UK Services PMI will be a key focus this morning; the index fell in October to 50.6 – the lowest level since December 2010. Market is currently expecting the survey to rebound to 51.0; there is a slight upside risk to today’s number following the strong improvement in manufacturing PMI seen earlier this week. The UK Autumn statement could see some interest. The statement will likely focus on the weakness of the economy and its impact on the borrowing profile. There are also likely downward revisions to future GDP growth forecasts, however Lloyds TSB expect a relativity muted market response in FX.

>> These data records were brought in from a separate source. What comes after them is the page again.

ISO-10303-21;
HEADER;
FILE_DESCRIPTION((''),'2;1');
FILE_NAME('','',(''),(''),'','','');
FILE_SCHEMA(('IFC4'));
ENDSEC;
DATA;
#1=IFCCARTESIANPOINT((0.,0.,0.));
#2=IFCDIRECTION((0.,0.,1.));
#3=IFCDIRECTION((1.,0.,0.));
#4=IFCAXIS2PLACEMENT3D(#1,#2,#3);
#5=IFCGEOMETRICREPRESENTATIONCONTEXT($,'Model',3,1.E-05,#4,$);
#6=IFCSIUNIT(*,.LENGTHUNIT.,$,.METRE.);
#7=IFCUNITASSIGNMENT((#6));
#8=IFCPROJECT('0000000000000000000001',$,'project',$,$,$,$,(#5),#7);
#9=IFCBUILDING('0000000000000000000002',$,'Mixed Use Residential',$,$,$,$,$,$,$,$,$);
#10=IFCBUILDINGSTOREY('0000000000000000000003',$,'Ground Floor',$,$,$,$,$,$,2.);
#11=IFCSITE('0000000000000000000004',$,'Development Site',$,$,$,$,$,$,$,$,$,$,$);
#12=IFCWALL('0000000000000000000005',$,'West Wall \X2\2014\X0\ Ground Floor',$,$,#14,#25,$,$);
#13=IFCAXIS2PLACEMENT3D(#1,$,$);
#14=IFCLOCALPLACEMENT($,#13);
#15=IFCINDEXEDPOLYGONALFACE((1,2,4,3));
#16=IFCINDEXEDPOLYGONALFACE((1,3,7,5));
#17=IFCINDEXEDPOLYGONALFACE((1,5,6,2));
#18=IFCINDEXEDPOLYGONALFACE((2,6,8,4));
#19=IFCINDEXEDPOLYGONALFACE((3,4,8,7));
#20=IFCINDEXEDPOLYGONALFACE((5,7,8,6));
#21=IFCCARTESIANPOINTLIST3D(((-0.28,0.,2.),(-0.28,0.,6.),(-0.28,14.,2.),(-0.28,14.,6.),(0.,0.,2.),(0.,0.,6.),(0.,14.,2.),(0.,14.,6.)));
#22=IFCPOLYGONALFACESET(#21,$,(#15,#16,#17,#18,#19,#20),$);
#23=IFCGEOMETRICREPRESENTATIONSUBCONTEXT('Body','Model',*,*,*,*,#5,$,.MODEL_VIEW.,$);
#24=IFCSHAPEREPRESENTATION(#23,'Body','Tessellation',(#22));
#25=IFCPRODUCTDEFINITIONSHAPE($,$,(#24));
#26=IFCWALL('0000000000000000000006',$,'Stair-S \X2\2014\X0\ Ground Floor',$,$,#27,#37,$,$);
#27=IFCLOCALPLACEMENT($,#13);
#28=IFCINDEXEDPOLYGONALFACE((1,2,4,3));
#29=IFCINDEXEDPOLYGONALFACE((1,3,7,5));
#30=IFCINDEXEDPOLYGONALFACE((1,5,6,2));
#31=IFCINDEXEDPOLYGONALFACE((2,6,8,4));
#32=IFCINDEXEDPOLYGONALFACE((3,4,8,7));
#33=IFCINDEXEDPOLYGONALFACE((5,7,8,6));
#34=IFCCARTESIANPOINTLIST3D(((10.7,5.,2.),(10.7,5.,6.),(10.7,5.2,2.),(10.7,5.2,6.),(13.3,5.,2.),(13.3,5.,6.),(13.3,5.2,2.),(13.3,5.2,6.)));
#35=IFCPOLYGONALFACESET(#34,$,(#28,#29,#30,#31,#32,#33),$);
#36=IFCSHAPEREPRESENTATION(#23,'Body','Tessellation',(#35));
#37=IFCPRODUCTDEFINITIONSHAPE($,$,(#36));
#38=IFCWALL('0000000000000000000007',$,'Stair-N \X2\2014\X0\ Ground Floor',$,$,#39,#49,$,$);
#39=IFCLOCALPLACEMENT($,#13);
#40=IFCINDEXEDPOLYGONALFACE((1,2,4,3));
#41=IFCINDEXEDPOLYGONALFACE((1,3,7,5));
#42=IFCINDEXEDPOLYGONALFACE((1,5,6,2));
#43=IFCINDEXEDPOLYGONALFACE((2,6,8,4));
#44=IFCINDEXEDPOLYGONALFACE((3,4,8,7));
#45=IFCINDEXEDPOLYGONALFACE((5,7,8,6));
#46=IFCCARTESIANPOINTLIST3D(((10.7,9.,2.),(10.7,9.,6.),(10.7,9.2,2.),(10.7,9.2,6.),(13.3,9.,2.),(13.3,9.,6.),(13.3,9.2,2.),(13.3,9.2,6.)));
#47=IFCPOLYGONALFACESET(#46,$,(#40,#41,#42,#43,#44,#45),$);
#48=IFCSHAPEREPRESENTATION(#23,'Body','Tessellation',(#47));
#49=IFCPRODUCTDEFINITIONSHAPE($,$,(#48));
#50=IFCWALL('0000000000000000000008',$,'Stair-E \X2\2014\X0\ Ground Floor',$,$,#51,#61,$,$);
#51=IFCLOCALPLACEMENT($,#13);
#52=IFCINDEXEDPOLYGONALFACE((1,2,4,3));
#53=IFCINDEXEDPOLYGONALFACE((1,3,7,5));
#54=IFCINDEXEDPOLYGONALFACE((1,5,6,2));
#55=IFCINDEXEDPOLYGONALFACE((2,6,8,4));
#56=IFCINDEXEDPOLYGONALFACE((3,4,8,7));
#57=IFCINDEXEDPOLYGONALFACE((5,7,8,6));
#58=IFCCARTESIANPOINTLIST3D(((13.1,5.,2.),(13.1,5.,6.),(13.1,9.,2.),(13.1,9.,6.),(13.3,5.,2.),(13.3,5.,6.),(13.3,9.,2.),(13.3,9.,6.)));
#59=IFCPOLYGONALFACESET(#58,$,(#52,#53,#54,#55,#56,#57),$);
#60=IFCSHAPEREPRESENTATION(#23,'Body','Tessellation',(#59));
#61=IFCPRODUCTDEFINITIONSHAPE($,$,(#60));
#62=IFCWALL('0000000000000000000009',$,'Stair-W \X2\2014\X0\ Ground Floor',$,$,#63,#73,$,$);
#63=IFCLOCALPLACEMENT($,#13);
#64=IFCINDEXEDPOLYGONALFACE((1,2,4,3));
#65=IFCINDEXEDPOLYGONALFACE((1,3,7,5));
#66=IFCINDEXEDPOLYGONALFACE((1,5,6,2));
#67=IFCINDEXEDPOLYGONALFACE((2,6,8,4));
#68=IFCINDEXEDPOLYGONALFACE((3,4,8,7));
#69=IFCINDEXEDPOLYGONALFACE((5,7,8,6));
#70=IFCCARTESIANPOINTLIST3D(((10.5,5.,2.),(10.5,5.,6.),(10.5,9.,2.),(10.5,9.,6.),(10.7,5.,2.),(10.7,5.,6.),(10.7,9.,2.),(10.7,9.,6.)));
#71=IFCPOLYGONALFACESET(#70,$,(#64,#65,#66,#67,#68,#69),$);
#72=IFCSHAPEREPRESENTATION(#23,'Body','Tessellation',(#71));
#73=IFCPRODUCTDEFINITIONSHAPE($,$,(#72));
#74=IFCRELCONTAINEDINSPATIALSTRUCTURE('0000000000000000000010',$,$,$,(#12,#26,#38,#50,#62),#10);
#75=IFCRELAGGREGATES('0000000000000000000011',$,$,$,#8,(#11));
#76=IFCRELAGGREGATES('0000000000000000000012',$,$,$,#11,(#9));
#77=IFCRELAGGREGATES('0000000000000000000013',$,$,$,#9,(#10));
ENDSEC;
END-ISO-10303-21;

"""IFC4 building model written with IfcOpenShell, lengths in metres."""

from ifc_helpers import new_model, si_unit, frame, origin_with_axes, place, context, subcontext, project, spatial, indexed_curve, outline, extrude, element, save


model = new_model("IFC4")

# Units and contexts
model_context = context("Model", 3, precision=1e-05, world=origin_with_axes())
body_context = subcontext(model_context, "Body", "Model", "MODEL_VIEW")
ifc_project = project(units=[si_unit("LENGTHUNIT", "METRE")], contexts=[model_context])

# Site, building, storey
site = spatial("IfcSite", under=ifc_project, Name="Development Site")
building = spatial("IfcBuilding", under=site, Name="Mixed Use Residential")
storey = spatial("IfcBuildingStorey", under=building, Name="Ground Floor", Elevation=2.0)

# Walls
for number, where, z_axis, x_axis, name in (
    (1, (0.0, 0.0, 2.0), (0.0, 0.0, 1.0), (0.0, 1.0, 0.0), "West Wall — Ground Floor"),
):
    element("IfcWall", number, at=place(None, frame(where, z_axis=z_axis, x_axis=x_axis)), inside=storey, Name=name, context=body_context, shape_type="SweptSolid", body=[
        extrude(outline(indexed_curve([(0.0, 0.0), (0.0, 0.28), (14.0, 0.28), (14.0, 0.0), (0.0, 0.0)], self_intersect=False)), origin_with_axes(), (0.0, 0.0, 1.0), 4.0),
    ])
for number, where, z_axis, x_axis, name in (
    (2, (10.7, 5.0, 2.0), (0.0, 0.0, 1.0), (1.0, 0.0, 0.0), "Stair-S — Ground Floor"),
    (3, (10.7, 9.0, 2.0), (0.0, 0.0, 1.0), (1.0, 0.0, 0.0), "Stair-N — Ground Floor"),
):
    element("IfcWall", number, at=place(None, frame(where, z_axis=z_axis, x_axis=x_axis)), inside=storey, Name=name, context=body_context, shape_type="SweptSolid", body=[
        extrude(outline(indexed_curve([(0.0, 0.0), (0.0, 0.2), (2.6, 0.2), (2.6, 0.0), (0.0, 0.0)], self_intersect=False)), origin_with_axes(), (0.0, 0.0, 1.0), 4.0),
    ])
for number, where, z_axis, x_axis, name in (
    (4, (13.3, 5.0, 2.0), (0.0, 0.0, 1.0), (0.0, 1.0, 0.0), "Stair-E — Ground Floor"),
    (5, (10.7, 5.0, 2.0), (0.0, 0.0, 1.0), (0.0, 1.0, 0.0), "Stair-W — Ground Floor"),
):
    element("IfcWall", number, at=place(None, frame(where, z_axis=z_axis, x_axis=x_axis)), inside=storey, Name=name, context=body_context, shape_type="SweptSolid", body=[
        extrude(outline(indexed_curve([(0.0, 0.0), (0.0, 0.2), (4.0, 0.2), (4.0, 0.0), (0.0, 0.0)], self_intersect=False)), origin_with_axes(), (0.0, 0.0, 1.0), 4.0),
    ])

save(model, "model.ifc")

EUR/USD upside bias continued yesterday helped by optimism surrounding the Greece with the bond buyback underway. Eurozone Services PMIs this morning look unlikely to trigger much market reaction with French, Germany and aggregate numbers unlikely to be revised much from the initial flash numbers; and Spain and Italy numbers look likely to be little changed form last month. EUR/USD looks likely to maintain its upside bias, and stronger US numbers could push the currency pair higher but the October higher of 1.3140 should provide initial resistance.
USD continued to edge marginally lower yesterday as EUR/USD maintained its upside bias. There has been a slight positive risk tone since the start of the week; despite continued uncertainty surrounding talks on the US fiscal cliff. Today’s US numbers could impact the current market tone. Non-manufacturing ISM is expected to soften likely similar to the decline seen earlier this week to the ISM Manufacturing numbers. ADP employment numbers will be a key focus today, providing an indication for Friday’s non-farm payrolls. The market is expecting employment growth to slow, rising by 125k in October.
Yesterday Riksbank Governor Ingves gave a speech highlighting Riksbank’s key focuses to monetary policy decisions. He highlighted that SEK is not one of the central bank’s main issues, and thought is was about the right level. This provided some support for SEK yesterday. Domestic economic developments, such as inflation and unemployment as well as household indebtness were considered important to the repo rate decisions. At the last Riksbank meeting, there was a notable dovish tone with the Riksbank indicating a possible rate cut before year end. This has seen the market broadly price in a 25bp rate cut at the December meeting, however last week’s slightly better Q3 GDP number prompted an easing in market expectations. The market currently sees a 65% probability of a rate cut.